The most identified vulnerability is DOS (denial of service) with 45 detected attacks, this vulnerability allows a denial of service attack to be performed remotely, and in the event of a successful attack the target software or hardware becomes unresponsive.
The next most identified vulnerability was RCE (remote code execution), with 16 attacks, which allows you to remotely execute arbitrary code on a target system.
With regard to the severity of these vulnerabilities at about 58 times the severity was very high, at about 15 times it was moderately high, and at 2 of the time it was less high.
Sources of infection
Kaspersky’s research showed that the percentage of industrial equipment under attack grew from more than 17% in July 2016 to more than 24% in December 2016. And the three main sources of infection were the Internet, removable storage devices and email attachments.
According to data from the Kaspersky study, in the second half of 2016 malware downloads and access to phishing websites were blocked on more than 22% of the industrial computers. “This means that almost every fifth machine faces the risk of infection or credential compromise over the Internet at least once,” Kaspersky said in a statement.
Removable devices (such as pen drives, external memories, etc.) are the second source of infection in an industrial network. In the second half of 2016, malware was% detected on 10.9% of the industrial computers when removable devices were connected.
It is important to note that in the ranking of malware attacks detected on industrial computers a high percentage were associated with malware of the following classes: Virus, Worm and Net-Worm. And the malware in these classes uses removable devices and network folders as their main distribution channels.
Since malware frequently hides its presence on the system by infecting existing files or using similar names, it can take the user a long time to realize that the files are infected.

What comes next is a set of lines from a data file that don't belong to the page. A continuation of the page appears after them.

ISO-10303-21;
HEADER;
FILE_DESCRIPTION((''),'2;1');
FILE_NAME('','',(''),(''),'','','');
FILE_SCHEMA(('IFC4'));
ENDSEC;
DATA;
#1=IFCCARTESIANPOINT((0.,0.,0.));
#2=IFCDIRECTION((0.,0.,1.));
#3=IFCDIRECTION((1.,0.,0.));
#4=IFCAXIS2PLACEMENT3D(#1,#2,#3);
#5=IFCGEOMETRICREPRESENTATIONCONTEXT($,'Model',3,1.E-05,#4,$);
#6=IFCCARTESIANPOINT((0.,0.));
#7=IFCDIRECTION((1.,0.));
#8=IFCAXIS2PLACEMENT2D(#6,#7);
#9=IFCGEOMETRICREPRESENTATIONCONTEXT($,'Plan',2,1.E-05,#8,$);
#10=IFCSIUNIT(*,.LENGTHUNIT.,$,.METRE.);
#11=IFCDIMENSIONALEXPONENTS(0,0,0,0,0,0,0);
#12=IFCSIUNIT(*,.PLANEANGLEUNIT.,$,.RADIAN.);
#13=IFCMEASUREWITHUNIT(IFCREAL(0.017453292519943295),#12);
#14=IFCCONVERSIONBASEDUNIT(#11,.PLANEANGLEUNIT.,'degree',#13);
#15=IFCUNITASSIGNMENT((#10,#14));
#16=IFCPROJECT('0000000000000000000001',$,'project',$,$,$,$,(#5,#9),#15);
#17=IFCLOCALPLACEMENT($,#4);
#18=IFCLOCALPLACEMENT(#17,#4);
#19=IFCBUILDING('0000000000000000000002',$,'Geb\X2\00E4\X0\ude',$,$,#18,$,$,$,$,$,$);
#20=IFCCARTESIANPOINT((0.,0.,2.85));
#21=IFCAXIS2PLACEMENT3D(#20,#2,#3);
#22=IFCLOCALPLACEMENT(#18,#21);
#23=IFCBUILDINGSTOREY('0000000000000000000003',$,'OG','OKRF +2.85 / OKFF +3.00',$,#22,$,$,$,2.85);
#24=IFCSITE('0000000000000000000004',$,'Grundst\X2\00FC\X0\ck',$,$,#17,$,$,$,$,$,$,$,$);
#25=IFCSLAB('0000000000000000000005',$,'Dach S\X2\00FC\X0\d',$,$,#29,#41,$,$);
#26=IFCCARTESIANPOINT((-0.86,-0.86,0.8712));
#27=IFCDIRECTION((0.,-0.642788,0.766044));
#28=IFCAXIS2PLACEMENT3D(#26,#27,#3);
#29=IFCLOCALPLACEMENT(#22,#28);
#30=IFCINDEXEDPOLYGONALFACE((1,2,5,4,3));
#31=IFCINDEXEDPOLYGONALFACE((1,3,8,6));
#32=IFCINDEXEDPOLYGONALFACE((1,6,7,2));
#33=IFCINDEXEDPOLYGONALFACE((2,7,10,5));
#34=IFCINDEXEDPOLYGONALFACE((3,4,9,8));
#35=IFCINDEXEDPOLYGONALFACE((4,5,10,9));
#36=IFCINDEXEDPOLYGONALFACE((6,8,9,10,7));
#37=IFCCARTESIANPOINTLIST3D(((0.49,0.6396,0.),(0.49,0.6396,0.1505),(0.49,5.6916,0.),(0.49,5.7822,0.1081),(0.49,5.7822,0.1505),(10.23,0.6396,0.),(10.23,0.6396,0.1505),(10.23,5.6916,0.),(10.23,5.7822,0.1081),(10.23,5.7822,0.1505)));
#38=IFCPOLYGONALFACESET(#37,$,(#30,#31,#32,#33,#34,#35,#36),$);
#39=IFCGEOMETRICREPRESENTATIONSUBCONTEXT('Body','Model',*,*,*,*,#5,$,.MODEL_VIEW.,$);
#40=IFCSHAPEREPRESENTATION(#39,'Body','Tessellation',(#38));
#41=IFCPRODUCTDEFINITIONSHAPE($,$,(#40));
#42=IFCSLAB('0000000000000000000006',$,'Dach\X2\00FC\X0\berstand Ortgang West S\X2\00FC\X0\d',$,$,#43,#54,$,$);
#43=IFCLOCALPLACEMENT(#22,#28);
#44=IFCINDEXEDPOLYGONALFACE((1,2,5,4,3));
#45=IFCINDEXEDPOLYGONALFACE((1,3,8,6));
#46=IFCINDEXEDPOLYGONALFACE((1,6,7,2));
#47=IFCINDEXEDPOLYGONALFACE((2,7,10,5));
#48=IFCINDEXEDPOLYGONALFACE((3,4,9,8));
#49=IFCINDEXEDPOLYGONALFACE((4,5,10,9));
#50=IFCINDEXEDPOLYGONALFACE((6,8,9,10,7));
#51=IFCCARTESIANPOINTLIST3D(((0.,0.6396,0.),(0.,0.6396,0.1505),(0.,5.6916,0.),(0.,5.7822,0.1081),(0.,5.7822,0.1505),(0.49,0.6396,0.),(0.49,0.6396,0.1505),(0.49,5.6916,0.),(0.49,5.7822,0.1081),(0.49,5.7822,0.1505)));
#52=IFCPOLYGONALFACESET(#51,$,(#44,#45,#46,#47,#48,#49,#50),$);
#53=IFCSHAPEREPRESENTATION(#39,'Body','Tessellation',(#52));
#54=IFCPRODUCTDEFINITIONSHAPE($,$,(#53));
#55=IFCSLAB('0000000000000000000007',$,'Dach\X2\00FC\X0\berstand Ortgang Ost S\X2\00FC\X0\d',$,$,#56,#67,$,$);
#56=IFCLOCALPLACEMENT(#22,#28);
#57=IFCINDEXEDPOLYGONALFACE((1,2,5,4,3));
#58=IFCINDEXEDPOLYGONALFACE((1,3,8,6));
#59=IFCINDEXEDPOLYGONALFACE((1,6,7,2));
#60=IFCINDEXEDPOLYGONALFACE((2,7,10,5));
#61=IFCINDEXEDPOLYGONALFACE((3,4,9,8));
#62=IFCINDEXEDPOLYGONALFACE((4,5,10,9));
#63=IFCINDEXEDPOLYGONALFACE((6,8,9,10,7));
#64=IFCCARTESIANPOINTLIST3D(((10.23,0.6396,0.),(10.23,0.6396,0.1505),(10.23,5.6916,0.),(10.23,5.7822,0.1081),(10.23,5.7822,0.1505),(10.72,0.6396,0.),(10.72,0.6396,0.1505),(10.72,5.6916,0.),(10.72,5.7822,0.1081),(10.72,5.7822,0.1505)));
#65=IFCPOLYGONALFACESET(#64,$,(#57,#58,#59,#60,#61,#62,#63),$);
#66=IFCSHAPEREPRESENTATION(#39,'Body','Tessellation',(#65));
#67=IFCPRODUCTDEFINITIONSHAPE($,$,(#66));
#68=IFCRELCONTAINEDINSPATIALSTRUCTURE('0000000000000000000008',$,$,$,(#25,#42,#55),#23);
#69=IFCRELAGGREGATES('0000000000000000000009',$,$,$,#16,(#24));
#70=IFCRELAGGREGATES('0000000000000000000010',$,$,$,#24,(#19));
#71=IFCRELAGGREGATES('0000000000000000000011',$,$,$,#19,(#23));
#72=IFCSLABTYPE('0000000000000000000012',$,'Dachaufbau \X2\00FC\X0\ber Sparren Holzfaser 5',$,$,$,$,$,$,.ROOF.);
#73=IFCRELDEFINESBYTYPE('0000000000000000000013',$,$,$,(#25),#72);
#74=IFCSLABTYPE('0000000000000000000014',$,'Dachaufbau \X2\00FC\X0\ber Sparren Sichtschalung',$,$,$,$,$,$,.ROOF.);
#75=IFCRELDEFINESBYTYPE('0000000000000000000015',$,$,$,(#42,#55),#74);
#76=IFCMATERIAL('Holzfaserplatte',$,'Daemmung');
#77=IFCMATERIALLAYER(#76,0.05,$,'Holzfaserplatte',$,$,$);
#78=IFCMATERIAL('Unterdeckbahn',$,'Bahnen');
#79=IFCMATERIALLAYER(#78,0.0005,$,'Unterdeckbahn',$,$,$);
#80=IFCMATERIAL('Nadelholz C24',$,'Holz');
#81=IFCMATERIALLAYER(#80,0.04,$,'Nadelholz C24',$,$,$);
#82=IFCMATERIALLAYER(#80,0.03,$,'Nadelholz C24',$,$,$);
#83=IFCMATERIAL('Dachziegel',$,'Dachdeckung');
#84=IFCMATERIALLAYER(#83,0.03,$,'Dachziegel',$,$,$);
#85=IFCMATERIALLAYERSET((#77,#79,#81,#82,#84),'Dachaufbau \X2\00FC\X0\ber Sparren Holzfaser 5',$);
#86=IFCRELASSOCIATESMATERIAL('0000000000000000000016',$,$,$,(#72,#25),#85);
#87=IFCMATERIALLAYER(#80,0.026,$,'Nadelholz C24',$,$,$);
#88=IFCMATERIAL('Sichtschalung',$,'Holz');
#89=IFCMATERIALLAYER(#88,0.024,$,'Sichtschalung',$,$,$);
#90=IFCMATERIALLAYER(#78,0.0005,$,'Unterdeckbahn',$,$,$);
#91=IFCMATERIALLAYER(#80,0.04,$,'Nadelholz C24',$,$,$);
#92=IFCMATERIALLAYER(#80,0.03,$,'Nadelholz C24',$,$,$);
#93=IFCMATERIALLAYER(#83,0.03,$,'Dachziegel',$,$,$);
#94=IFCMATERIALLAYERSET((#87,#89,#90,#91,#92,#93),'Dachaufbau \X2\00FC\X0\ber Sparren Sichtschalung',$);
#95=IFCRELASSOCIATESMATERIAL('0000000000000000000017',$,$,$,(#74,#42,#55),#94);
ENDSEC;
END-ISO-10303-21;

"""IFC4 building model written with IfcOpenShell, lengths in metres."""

from ifc_helpers import new_model, entity, si_unit, converted_unit, frame, origin_with_axes, origin_2d_with_axis, place, context, subcontext, project, spatial, indexed_curve, outline, extrude, clip, halfspace, material, layer, layer_set, layer_usage, type_object, element, save


model = new_model("IFC4")

# Units and contexts
model_context = context("Model", 3, precision=1e-05, world=origin_with_axes())
plan_context = context("Plan", 2, precision=1e-05, world=origin_2d_with_axis())
body_context_1 = subcontext(model_context, "Body", "Model", "MODEL_VIEW")
ifc_project = project(units=[si_unit("LENGTHUNIT", "METRE"), converted_unit("PLANEANGLEUNIT", "degree", entity("IfcReal", 0.017453292519943295), si_unit("PLANEANGLEUNIT", "RADIAN"), dimensions=[0, 0, 0, 0, 0, 0, 0])], contexts=[model_context, plan_context])

# Site, building, storey
site_placement = place(None, origin_with_axes())
site = spatial("IfcSite", under=ifc_project, at=site_placement, Name="Grundstück")
building_placement = place(site_placement, origin_with_axes())
building = spatial("IfcBuilding", under=site, at=building_placement, Name="Gebäude")
storey_placement = place(building_placement, frame((0.0, 0.0, 2.85), z_axis=(0.0, 0.0, 1.0), x_axis=(1.0, 0.0, 0.0)))
storey = spatial("IfcBuildingStorey", under=building, at=storey_placement, Name="OG", Description="OKRF +2.85 / OKFF +3.00", Elevation=2.85)

# Shared definitions
ifc_material_1 = material(Name="Nadelholz C24", Category="Holz")

# Slabs
ifc_material_2 = material(Name="Holzfaserplatte", Category="Daemmung")
ifc_layer_1 = layer(ifc_material_2, 0.05, Name="Holzfaserplatte")
ifc_material_3 = material(Name="Unterdeckbahn", Category="Bahnen")
ifc_layer_2 = layer(ifc_material_3, 0.0005, Name="Unterdeckbahn")
ifc_layer_3 = layer(ifc_material_1, 0.04, Name="Nadelholz C24")
ifc_layer_4 = layer(ifc_material_1, 0.03, Name="Nadelholz C24")
ifc_material_4 = material(Name="Dachziegel", Category="Dachdeckung")
ifc_layer_5 = layer(ifc_material_4, 0.03, Name="Dachziegel")
ifc_layer_set_1 = layer_set([ifc_layer_1, ifc_layer_2, ifc_layer_3, ifc_layer_4, ifc_layer_5], Name="Dachaufbau über Sparren Holzfaser 5")
ifc_layer_usage_1 = layer_usage(ifc_layer_set_1, "AXIS3", "POSITIVE", 0.0)
slab_type_1 = type_object("IfcSlabType", Name="Dachaufbau über Sparren Holzfaser 5", PredefinedType="ROOF", material=ifc_layer_set_1)
slab_1_placement = place(storey_placement, frame((-0.86, -0.86, 0.8712), z_axis=(0.0, -0.642788, 0.766044), x_axis=(1.0, 0.0, 0.0)))
element("IfcSlab", 1, at=slab_1_placement, inside=storey, type_object=slab_type_1, material=ifc_layer_usage_1, Name="Dach Süd", context=body_context_1, shape_type="Clipping", body=[
    clip(extrude(outline(indexed_curve([(0.49, 0.6396), (10.23, 0.6396), (10.23, 5.7822), (0.49, 5.7822)])), None, (0.0, 0.0, 1.0), 0.1505), halfspace(frame((0.86, 0.948, -5.6532), z_axis=(0.0, 0.766044, -0.642788), x_axis=(1.0, 0.0, 0.0)), False)),
])
ifc_layer_6 = layer(ifc_material_1, 0.026, Name="Nadelholz C24")
ifc_material_5 = material(Name="Sichtschalung", Category="Holz")
ifc_layer_7 = layer(ifc_material_5, 0.024, Name="Sichtschalung")
ifc_layer_8 = layer(ifc_material_3, 0.0005, Name="Unterdeckbahn")
ifc_layer_9 = layer(ifc_material_1, 0.04, Name="Nadelholz C24")
ifc_layer_10 = layer(ifc_material_1, 0.03, Name="Nadelholz C24")
ifc_layer_11 = layer(ifc_material_4, 0.03, Name="Dachziegel")
ifc_layer_set_2 = layer_set([ifc_layer_6, ifc_layer_7, ifc_layer_8, ifc_layer_9, ifc_layer_10, ifc_layer_11], Name="Dachaufbau über Sparren Sichtschalung")
slab_type_2 = type_object("IfcSlabType", Name="Dachaufbau über Sparren Sichtschalung", PredefinedType="ROOF", material=ifc_layer_set_2)
ifc_layer_usage_2 = layer_usage(ifc_layer_set_2, "AXIS3", "POSITIVE", 0.0)
slab_2_placement = place(storey_placement, frame((-0.86, -0.86, 0.8712), z_axis=(0.0, -0.642788, 0.766044), x_axis=(1.0, 0.0, 0.0)))
element("IfcSlab", 2, at=slab_2_placement, inside=storey, type_object=slab_type_2, material=ifc_layer_usage_2, Name="Dachüberstand Ortgang West Süd", context=body_context_1, shape_type="Clipping", body=[
    clip(extrude(outline(indexed_curve([(0.0, 0.6396), (0.49, 0.6396), (0.49, 5.7822), (0.0, 5.7822)])), None, (0.0, 0.0, 1.0), 0.1505), halfspace(frame((0.86, 0.948, -5.6532), z_axis=(0.0, 0.766044, -0.642788), x_axis=(1.0, 0.0, 0.0)), False)),
])
ifc_layer_usage_3 = layer_usage(ifc_layer_set_2, "AXIS3", "POSITIVE", 0.0)
slab_3_placement = place(storey_placement, frame((-0.86, -0.86, 0.8712), z_axis=(0.0, -0.642788, 0.766044), x_axis=(1.0, 0.0, 0.0)))
element("IfcSlab", 3, at=slab_3_placement, inside=storey, type_object=slab_type_2, material=ifc_layer_usage_3, Name="Dachüberstand Ortgang Ost Süd", context=body_context_1, shape_type="Clipping", body=[
    clip(extrude(outline(indexed_curve([(10.23, 0.6396), (10.72, 0.6396), (10.72, 5.7822), (10.23, 5.7822)])), None, (0.0, 0.0, 1.0), 0.1505), halfspace(frame((0.86, 0.948, -5.6532), z_axis=(0.0, 0.766044, -0.642788), x_axis=(1.0, 0.0, 0.0)), False)),
])

save(model, "model.ifc")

Malicious e-mail attachments and malicious scripts embedded in the messages were blocked on the 8.1% of the industrial computers. In most cases, attackers use ordinary phishing (email messages that, as a rule, mimic messages from banks, delivery services, etc.) to capture the user’s attention and hide bad intentions.
Usually, malware is distributed in malicious emails in office document formats, such as MS Office and PDF, manipulated with malicious scripts and vulnerabilities in relevant applications.
Types of malware used in attacks
According to Kapersky’s study, in the second half of 2016, a total of 20,000 different malware samples were detected in industrial automation systems that belonged to more than 2,000 different malware families.
In most cases, attempts to infection industrial computers are sporadic and malicious functionality is not specific to attacks on industrial automation systems. This means that all threats and categories of malware affecting non-industrial companies around the world are also relevant to industrial companies.
These threats include Trojan spies, financial malware, ransomware (including ransomware encryption), backdoors and Wiper-like programs (KillDisks) that leave your computer unusable and clean up your hard drive data.
In addition, according to data from the study, botnet agents (malware that can be controlled remotely via command and% control servers) and/or traces of their activity on the 5 of all the industrial equipment attacked were detected.